**TASK INPUT:**
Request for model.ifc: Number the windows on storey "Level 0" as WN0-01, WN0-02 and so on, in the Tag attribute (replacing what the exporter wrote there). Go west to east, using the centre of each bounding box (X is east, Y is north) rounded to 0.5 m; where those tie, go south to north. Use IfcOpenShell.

First a look at what the model holds.

```python
import ifcopenshell
import ifcopenshell.util.element
import ifcopenshell.util.placement

model = ifcopenshell.open("model.ifc")
print(model.schema)
storey = next(s for s in model.by_type("IfcBuildingStorey") if s.Name == "Level 0")
windows = [e for e in ifcopenshell.util.element.get_decomposition(storey) if e.is_a("IfcWindow")]
for e in sorted(windows, key=lambda e: e.id()):
    origin = ifcopenshell.util.placement.get_local_placement(e.ObjectPlacement)[:3, 3]
    print(e.id(), e.Tag, e.Name, origin.round(2) + 0.0, sep=" | ")
```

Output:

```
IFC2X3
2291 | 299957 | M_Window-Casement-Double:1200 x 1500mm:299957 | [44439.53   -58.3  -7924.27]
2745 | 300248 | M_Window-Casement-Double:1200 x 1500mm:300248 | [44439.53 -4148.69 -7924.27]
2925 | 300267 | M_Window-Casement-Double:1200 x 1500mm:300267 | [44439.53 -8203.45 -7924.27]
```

```python
import ifcopenshell
import ifcopenshell.geom
import ifcopenshell.util.element
import ifcopenshell.util.shape

model = ifcopenshell.open("model.ifc")
settings = ifcopenshell.geom.settings()
settings.set("use-world-coords", True)


def centre(element):
    shape = ifcopenshell.geom.create_shape(settings, element)
    return ifcopenshell.util.shape.get_bbox_centroid(shape.geometry)


storey = next(s for s in model.by_type("IfcBuildingStorey") if s.Name == "Level 0")
windows = [e for e in ifcopenshell.util.element.get_decomposition(storey) if e.is_a("IfcWindow")]

# Insertion points can sit at a corner or the storey origin, so sort by the geometry (in metres).
centres = {e: centre(e) for e in windows}
windows.sort(key=lambda e: (round(centres[e][0] / 0.5), centres[e][1]))

for i, e in enumerate(windows, start=1):
    number = f"WN0-{i:02d}"
    e.Tag = number
    print(e.id(), number)

model.write("model_edited.ifc")
```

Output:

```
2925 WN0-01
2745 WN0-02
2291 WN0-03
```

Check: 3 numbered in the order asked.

**TASK OBJECTIVE:** Restate the listing above in full, exactly.

**COMPLETED TASK:**
Request for model.ifc: Number the windows on storey "Level 0" as WN0-01, WN0-02 and so on, in the Tag attribute (replacing what the exporter wrote there). Go west to east, using the centre of each bounding box (X is east, Y is north) rounded to 0.5 m; where those tie, go south to north. Use IfcOpenShell.

First a look at what the model holds.

```python
import ifcopenshell
import ifcopenshell.util.element
import ifcopenshell.util.placement

model = ifcopenshell.open("model.ifc")
print(model.schema)
storey = next(s for s in model.by_type("IfcBuildingStorey") if s.Name == "Level 0")
windows = [e for e in ifcopenshell.util.element.get_decomposition(storey) if e.is_a("IfcWindow")]
for e in sorted(windows, key=lambda e: e.id()):
    origin = ifcopenshell.util.placement.get_local_placement(e.ObjectPlacement)[:3, 3]
    print(e.id(), e.Tag, e.Name, origin.round(2) + 0.0, sep=" | ")
```

Output:

```
IFC2X3
2291 | 299957 | M_Window-Casement-Double:1200 x 1500mm:299957 | [44439.53   -58.3  -7924.27]
2745 | 300248 | M_Window-Casement-Double:1200 x 1500mm:300248 | [44439.53 -4148.69 -7924.27]
2925 | 300267 | M_Window-Casement-Double:1200 x 1500mm:300267 | [44439.53 -8203.45 -7924.27]
```

```python
import ifcopenshell
import ifcopenshell.geom
import ifcopenshell.util.element
import ifcopenshell.util.shape

model = ifcopenshell.open("model.ifc")
settings = ifcopenshell.geom.settings()
settings.set("use-world-coords", True)


def centre(element):
    shape = ifcopenshell.geom.create_shape(settings, element)
    return ifcopenshell.util.shape.get_bbox_centroid(shape.geometry)


storey = next(s for s in model.by_type("IfcBuildingStorey") if s.Name == "Level 0")
windows = [e for e in ifcopenshell.util.element.get_decomposition(storey) if e.is_a("IfcWindow")]

# Insertion points can sit at a corner or the storey origin, so sort by the geometry (in metres).
centres = {e: centre(e) for e in windows}
windows.sort(key=lambda e: (round(centres[e][0] / 0.5), centres[e][1]))

for i, e in enumerate(windows, start=1):
    number = f"WN0-{i:02d}"
    e.Tag = number
    print(e.id(), number)

model.write("model_edited.ifc")
```

Output:

```
2925 WN0-01
2745 WN0-02
2291 WN0-03
```

Check: 3 numbered in the order asked.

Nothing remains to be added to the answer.